Flatness Reference Chart
| Number of Bands | Microinches (Millionths of an Inch) | Inches | Millimeters |
|---|---|---|---|
| 0.1 | 1.2 | .0000012 | .000029 |
| 0.2 | 2.3 | .0000023 | .000059 |
| 0.3 | 3.5 | .0000035 | .000088 |
| 0.4 | 4.6 | .0000046 | .000118 |
| 0.5 | 5.8 | .0000058 | .000147 |
| 0.6 | 6.9 | .0000069 | .000176 |
| 0.7 | 8.1 | .0000081 | .000206 |
| 0.8 | 9.3 | .0000093 | .000235 |
| 0.9 | 10.4 | .0000104 | .000264 |
| 1.0 | 11.6 | .0000116 | .000294 |
| 2.0 | 23.1 | .0000231 | .000588 |
| 3.0 | 34.7 | .0000347 | .000881 |
| 4.0 | 46.3 | .0000463 | .001175 |
| 5.0 | 57.8 | .0000578 | .001469 |
| 6.0 | 69.4 | .0000694 | .001763 |
| 7.0 | 81.0 | .0000810 | .002056 |
| 8.0 | 92.5 | .0000925 | .002350 |
| 9.0 | 104.1 | .0001041 | .002644 |
| 10.0 | 115.7 | .0001157 | .002938 |
| 11.0 | 127.2 | .0001272 | .003232 |
| 12.0 | 138.8 | .0001388 | .003525 |
| 13.0 | 150.4 | .0001504 | .003819 |
| 14.0 | 161.9 | .0001619 | .004113 |
| 15.0 | 173.5 | .0001735 | .004407 |
| 16.0 | 185.1 | .0001851 | .004700 |
| 17.0 | 196.6 | .0001966 | .004994 |
| 18.0 | 208.2 | .0002082 | .005288 |
| 19.0 | 219.8 | .0002198 | .005582 |
| 20.0 | 231.3 | .0002313 | .005876 |
Surface Flatness is the maximum deviation from a fully flat face along the same lateral dimensions specified in fraction of reference wavelength. This specification is uniquely influenced by geometric surface deviations of the optic compared with an optical flat element. It should be considered that this specification only defines a single surface and there is usually one single flatness filter specification provided, which means that the same flatness value must be achieved on the first and second optical surface of the optic.

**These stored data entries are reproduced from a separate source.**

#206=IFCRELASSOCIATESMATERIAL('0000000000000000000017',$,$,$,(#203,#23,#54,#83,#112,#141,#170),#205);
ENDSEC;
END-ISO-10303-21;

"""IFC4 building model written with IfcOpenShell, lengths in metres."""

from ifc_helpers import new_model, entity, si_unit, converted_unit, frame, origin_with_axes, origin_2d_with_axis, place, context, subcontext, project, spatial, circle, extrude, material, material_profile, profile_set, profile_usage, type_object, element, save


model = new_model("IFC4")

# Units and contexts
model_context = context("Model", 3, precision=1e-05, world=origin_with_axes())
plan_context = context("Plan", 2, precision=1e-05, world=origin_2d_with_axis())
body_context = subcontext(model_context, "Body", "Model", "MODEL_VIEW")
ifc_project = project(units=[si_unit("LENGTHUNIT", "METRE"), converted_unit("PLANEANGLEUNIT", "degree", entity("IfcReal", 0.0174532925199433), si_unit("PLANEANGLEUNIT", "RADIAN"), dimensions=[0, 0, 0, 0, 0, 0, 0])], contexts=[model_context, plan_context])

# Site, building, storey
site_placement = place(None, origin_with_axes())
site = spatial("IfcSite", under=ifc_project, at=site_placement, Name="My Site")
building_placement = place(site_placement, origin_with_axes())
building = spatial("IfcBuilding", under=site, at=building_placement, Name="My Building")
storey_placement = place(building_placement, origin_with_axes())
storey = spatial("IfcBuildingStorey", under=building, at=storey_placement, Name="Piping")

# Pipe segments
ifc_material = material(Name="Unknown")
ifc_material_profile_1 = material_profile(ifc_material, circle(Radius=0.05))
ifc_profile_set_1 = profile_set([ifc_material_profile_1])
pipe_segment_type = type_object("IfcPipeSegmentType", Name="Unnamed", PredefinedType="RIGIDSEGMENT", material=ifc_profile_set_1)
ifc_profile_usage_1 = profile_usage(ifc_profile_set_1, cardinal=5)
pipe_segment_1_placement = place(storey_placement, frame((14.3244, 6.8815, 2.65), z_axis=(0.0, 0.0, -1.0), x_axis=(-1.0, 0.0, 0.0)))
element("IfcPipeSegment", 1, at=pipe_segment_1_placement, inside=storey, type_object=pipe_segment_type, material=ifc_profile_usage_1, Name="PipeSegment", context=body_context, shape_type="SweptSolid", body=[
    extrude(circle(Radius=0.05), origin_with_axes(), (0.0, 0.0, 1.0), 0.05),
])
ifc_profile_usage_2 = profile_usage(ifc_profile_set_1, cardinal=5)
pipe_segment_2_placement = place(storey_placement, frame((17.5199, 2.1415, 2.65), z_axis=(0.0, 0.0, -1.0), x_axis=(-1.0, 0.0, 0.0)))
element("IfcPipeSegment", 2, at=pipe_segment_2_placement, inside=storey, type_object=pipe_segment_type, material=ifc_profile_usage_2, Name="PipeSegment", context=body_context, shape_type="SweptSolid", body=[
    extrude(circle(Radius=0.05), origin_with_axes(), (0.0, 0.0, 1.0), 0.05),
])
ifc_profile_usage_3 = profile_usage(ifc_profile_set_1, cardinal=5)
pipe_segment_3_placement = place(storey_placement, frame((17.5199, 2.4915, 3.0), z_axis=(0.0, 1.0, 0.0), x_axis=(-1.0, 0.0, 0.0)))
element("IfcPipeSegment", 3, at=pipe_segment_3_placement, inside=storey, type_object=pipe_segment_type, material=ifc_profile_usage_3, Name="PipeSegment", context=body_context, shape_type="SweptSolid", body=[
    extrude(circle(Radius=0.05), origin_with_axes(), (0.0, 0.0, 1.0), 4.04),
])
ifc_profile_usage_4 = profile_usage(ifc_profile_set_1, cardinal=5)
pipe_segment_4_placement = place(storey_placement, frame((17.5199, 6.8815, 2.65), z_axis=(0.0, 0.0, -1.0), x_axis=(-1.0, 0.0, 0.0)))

Typically, deviation is measured using a high-quality flat optical system that works as a flat reference to compare the flatness of a test piece (mirror, plano- lens, window, optical filter, or prism). When the test optic’s surface is placed against the reference surface, the shape of fringes that appear indicates the surface flatness of the tested piece. If both elements are evenly spaced straight and parallel, our optic is at least as flat as the reference optical flat. On the contrary, flatness errors appear when fringes are curved.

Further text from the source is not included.